Instructions to follow> Look for "IFCUNITASSIGNMENT" in every line of the listing. Copy the lines that have it.

Data for this task>
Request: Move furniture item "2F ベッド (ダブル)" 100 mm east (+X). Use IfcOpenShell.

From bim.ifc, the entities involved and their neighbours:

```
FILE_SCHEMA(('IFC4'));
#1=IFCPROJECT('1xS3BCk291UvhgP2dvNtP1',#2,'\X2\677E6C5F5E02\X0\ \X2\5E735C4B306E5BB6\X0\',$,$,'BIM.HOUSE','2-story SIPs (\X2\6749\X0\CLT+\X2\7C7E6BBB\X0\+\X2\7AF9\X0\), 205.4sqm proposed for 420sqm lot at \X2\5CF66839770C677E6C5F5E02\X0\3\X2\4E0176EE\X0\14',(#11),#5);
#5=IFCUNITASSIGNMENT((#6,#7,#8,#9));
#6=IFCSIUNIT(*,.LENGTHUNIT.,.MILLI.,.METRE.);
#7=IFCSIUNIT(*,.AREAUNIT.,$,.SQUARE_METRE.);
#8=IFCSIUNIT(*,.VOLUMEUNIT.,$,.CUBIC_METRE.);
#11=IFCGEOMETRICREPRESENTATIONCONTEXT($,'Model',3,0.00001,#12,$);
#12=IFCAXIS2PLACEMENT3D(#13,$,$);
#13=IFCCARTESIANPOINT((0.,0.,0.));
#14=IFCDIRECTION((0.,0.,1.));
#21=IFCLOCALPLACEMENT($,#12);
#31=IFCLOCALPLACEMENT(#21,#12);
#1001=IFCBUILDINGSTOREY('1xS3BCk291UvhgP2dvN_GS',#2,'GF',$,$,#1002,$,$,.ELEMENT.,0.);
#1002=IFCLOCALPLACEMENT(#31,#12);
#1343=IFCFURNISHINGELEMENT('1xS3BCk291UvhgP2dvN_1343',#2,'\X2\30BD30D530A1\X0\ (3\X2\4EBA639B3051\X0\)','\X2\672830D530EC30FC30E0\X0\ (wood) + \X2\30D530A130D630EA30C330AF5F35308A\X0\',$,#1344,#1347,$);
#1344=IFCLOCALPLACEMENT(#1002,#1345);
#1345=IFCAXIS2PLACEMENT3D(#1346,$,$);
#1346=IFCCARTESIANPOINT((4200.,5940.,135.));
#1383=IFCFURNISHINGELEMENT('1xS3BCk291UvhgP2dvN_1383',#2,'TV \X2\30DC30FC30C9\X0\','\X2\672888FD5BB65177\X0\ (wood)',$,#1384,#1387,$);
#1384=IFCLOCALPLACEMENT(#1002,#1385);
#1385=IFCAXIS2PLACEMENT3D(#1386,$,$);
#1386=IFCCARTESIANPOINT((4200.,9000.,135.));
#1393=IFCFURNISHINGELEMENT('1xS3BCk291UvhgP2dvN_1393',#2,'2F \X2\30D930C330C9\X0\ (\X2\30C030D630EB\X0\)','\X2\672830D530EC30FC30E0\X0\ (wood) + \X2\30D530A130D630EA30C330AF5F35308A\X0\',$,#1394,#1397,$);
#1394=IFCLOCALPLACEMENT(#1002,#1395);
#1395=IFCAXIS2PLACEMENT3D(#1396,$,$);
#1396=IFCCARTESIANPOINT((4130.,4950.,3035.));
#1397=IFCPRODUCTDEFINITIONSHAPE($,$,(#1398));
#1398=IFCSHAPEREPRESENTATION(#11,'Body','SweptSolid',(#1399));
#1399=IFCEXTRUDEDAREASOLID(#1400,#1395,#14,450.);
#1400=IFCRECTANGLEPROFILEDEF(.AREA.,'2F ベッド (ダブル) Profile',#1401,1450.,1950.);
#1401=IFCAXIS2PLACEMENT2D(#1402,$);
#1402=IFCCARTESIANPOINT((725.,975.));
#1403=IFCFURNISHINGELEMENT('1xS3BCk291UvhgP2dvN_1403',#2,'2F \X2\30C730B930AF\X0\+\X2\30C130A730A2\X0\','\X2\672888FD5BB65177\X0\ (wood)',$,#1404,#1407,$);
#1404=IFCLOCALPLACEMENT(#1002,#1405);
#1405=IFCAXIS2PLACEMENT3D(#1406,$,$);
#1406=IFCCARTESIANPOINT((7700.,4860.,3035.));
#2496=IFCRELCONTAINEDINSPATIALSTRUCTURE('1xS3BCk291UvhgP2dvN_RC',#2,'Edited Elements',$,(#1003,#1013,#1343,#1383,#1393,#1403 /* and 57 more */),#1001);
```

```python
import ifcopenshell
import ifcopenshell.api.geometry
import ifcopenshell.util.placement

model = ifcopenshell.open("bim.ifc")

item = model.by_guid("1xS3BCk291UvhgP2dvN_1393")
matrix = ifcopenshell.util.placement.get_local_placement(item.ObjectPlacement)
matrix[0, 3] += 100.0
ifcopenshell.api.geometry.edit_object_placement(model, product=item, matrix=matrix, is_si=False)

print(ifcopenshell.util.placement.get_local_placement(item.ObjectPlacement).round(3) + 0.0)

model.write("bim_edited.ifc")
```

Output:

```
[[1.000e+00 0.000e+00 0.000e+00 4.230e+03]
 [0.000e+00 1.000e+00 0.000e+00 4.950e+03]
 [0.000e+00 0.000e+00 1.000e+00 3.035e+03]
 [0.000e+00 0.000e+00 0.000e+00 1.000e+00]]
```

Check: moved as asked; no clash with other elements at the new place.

---

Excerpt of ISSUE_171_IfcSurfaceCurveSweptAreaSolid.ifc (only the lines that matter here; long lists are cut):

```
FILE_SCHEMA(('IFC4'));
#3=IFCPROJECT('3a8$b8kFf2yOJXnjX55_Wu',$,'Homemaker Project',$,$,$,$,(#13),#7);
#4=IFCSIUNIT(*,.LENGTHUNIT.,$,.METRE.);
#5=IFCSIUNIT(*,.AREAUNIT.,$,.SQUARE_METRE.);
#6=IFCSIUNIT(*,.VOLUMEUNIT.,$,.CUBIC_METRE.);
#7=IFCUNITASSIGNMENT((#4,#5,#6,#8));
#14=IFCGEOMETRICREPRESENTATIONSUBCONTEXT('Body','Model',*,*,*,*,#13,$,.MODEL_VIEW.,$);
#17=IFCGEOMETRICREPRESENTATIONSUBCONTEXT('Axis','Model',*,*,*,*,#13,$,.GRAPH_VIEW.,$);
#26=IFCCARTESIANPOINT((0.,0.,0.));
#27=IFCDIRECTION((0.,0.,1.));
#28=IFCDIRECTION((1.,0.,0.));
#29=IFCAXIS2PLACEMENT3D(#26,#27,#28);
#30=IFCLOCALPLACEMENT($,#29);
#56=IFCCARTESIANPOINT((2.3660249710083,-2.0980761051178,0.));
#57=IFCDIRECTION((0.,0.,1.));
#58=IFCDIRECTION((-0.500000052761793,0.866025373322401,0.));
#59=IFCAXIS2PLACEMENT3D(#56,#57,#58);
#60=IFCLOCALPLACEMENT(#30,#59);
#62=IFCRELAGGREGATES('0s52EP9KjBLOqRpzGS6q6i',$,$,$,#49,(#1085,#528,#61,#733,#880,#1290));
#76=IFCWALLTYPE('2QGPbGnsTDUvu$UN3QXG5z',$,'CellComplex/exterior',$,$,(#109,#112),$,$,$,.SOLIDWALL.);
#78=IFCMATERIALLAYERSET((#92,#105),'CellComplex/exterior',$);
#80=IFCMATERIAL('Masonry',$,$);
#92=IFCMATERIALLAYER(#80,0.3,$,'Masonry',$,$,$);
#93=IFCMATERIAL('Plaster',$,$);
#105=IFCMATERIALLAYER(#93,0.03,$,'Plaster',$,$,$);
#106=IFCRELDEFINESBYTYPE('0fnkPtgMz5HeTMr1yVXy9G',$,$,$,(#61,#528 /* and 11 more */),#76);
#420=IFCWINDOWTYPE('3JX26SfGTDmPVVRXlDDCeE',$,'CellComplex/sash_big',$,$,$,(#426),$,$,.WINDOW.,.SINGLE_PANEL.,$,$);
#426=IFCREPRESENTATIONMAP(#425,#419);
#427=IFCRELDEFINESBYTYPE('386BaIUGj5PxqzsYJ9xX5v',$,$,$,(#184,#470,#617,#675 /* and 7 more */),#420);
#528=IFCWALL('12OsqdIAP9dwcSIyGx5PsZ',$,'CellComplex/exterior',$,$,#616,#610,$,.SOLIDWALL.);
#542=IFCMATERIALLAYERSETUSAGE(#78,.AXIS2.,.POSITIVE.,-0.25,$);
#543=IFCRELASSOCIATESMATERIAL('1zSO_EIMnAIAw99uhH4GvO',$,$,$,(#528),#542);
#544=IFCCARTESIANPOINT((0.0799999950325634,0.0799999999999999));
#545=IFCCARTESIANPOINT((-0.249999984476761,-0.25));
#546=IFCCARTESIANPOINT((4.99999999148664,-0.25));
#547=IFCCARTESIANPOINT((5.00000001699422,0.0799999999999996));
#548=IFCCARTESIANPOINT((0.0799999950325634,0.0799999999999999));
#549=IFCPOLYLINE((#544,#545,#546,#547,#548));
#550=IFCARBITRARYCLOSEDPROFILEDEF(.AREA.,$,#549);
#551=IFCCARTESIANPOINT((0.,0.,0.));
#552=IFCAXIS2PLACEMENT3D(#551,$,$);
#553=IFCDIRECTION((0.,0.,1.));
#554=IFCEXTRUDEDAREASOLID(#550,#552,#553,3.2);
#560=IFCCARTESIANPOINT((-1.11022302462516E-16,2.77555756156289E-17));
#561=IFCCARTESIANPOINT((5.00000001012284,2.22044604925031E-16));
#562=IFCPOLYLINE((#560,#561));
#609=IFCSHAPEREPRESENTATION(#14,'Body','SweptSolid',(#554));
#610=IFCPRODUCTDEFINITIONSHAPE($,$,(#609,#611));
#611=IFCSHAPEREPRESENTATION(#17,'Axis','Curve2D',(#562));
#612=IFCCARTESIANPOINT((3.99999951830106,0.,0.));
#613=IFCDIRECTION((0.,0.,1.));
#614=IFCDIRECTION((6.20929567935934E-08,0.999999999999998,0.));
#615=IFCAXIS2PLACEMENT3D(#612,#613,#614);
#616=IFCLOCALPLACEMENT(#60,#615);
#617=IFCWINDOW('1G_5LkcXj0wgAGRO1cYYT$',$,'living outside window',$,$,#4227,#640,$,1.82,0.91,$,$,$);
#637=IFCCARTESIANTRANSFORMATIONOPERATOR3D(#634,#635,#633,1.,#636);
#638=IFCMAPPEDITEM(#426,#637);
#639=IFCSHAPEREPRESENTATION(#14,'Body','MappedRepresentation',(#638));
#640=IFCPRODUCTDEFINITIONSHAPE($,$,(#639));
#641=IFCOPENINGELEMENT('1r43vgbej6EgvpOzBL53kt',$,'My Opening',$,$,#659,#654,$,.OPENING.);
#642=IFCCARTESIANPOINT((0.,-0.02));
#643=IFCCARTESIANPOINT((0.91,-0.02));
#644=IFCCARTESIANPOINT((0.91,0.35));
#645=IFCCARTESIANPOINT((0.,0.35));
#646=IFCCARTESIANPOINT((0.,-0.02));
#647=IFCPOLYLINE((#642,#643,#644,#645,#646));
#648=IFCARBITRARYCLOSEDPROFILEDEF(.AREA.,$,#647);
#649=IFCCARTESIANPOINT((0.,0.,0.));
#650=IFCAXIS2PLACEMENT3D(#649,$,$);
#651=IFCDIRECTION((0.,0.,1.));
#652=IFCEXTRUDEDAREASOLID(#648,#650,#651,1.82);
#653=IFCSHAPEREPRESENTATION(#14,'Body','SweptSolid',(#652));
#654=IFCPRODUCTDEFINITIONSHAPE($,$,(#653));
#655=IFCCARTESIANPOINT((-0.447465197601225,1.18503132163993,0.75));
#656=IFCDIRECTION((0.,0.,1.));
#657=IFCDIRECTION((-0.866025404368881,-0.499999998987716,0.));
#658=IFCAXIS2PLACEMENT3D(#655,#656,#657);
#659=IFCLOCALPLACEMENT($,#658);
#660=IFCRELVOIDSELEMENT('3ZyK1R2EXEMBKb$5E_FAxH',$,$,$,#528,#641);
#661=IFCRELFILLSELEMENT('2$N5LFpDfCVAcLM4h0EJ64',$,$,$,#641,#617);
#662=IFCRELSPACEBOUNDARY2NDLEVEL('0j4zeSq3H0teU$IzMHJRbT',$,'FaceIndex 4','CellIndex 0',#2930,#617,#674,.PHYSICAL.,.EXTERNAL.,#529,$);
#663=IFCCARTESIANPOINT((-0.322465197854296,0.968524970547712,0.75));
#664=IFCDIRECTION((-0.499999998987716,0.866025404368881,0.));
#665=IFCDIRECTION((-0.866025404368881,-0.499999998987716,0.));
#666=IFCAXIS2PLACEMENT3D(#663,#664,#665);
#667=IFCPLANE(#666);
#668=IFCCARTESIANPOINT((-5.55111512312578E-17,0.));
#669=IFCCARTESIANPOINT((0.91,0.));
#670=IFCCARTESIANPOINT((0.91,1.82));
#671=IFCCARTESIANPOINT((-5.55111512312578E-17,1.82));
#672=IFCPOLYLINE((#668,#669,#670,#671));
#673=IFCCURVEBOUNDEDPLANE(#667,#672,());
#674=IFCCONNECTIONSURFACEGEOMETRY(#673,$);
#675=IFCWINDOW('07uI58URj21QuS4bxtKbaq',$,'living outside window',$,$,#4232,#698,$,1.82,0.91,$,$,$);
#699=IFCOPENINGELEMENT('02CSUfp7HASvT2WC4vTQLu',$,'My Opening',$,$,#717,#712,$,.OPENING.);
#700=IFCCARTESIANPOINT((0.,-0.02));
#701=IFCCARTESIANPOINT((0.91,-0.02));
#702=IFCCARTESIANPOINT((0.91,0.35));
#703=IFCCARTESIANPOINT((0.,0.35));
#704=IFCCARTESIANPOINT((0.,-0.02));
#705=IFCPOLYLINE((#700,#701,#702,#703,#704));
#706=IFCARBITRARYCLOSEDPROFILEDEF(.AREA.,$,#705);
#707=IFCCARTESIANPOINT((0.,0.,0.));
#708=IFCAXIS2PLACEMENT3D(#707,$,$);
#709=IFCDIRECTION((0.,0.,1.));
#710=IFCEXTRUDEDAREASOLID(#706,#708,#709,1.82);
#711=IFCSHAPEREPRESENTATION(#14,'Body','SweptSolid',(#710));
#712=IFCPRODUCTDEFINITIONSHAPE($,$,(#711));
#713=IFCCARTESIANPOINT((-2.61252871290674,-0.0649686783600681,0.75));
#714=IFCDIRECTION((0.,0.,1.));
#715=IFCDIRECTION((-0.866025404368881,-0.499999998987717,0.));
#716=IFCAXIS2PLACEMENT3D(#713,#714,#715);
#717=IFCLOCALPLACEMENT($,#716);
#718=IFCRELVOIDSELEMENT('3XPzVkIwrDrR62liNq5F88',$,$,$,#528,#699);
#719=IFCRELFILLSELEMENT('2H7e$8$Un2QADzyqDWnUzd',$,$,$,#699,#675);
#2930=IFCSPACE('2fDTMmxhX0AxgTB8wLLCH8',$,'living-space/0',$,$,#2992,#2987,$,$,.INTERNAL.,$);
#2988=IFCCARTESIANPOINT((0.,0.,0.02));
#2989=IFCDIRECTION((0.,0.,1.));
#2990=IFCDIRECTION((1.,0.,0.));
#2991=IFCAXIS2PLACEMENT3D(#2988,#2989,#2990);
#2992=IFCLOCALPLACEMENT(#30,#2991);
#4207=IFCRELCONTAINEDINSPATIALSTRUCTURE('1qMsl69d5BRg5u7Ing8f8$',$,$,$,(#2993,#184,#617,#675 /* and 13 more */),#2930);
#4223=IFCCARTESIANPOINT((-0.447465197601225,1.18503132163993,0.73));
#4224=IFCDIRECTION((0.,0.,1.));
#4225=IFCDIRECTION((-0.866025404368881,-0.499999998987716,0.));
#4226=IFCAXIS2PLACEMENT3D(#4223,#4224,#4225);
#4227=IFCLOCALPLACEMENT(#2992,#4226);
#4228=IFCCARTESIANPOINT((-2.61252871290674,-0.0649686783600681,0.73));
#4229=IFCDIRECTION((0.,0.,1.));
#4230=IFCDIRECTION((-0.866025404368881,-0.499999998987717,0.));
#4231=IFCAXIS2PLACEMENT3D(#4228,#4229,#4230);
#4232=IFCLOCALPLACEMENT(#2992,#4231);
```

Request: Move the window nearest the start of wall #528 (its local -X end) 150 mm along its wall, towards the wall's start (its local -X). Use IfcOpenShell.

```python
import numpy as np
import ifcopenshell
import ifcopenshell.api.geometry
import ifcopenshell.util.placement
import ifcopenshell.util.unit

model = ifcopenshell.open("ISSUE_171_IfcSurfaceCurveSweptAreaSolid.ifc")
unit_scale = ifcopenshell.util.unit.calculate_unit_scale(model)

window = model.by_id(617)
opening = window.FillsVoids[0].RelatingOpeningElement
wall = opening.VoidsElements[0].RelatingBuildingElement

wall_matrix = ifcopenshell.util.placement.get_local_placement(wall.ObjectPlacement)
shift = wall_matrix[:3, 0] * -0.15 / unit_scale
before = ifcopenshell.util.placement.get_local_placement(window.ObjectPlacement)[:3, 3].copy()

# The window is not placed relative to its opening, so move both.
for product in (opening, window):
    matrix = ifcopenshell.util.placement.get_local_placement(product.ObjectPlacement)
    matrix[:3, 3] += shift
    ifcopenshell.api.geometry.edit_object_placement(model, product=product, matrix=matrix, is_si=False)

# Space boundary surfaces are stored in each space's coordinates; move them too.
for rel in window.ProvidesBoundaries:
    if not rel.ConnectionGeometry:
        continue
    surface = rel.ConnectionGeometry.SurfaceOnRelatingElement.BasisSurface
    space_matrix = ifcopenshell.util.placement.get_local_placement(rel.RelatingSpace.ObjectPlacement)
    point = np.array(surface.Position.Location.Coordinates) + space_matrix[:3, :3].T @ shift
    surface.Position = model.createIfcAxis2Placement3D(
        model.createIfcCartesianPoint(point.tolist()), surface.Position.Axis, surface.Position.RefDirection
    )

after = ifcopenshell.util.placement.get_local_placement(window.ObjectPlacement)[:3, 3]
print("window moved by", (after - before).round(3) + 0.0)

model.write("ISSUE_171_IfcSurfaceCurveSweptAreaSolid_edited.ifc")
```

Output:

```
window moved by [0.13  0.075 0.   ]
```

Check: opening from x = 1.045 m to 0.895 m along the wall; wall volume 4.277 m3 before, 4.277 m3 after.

Answer section>
#5=IFCUNITASSIGNMENT((#6,#7,#8,#9));
#7=IFCUNITASSIGNMENT((#4,#5,#6,#8));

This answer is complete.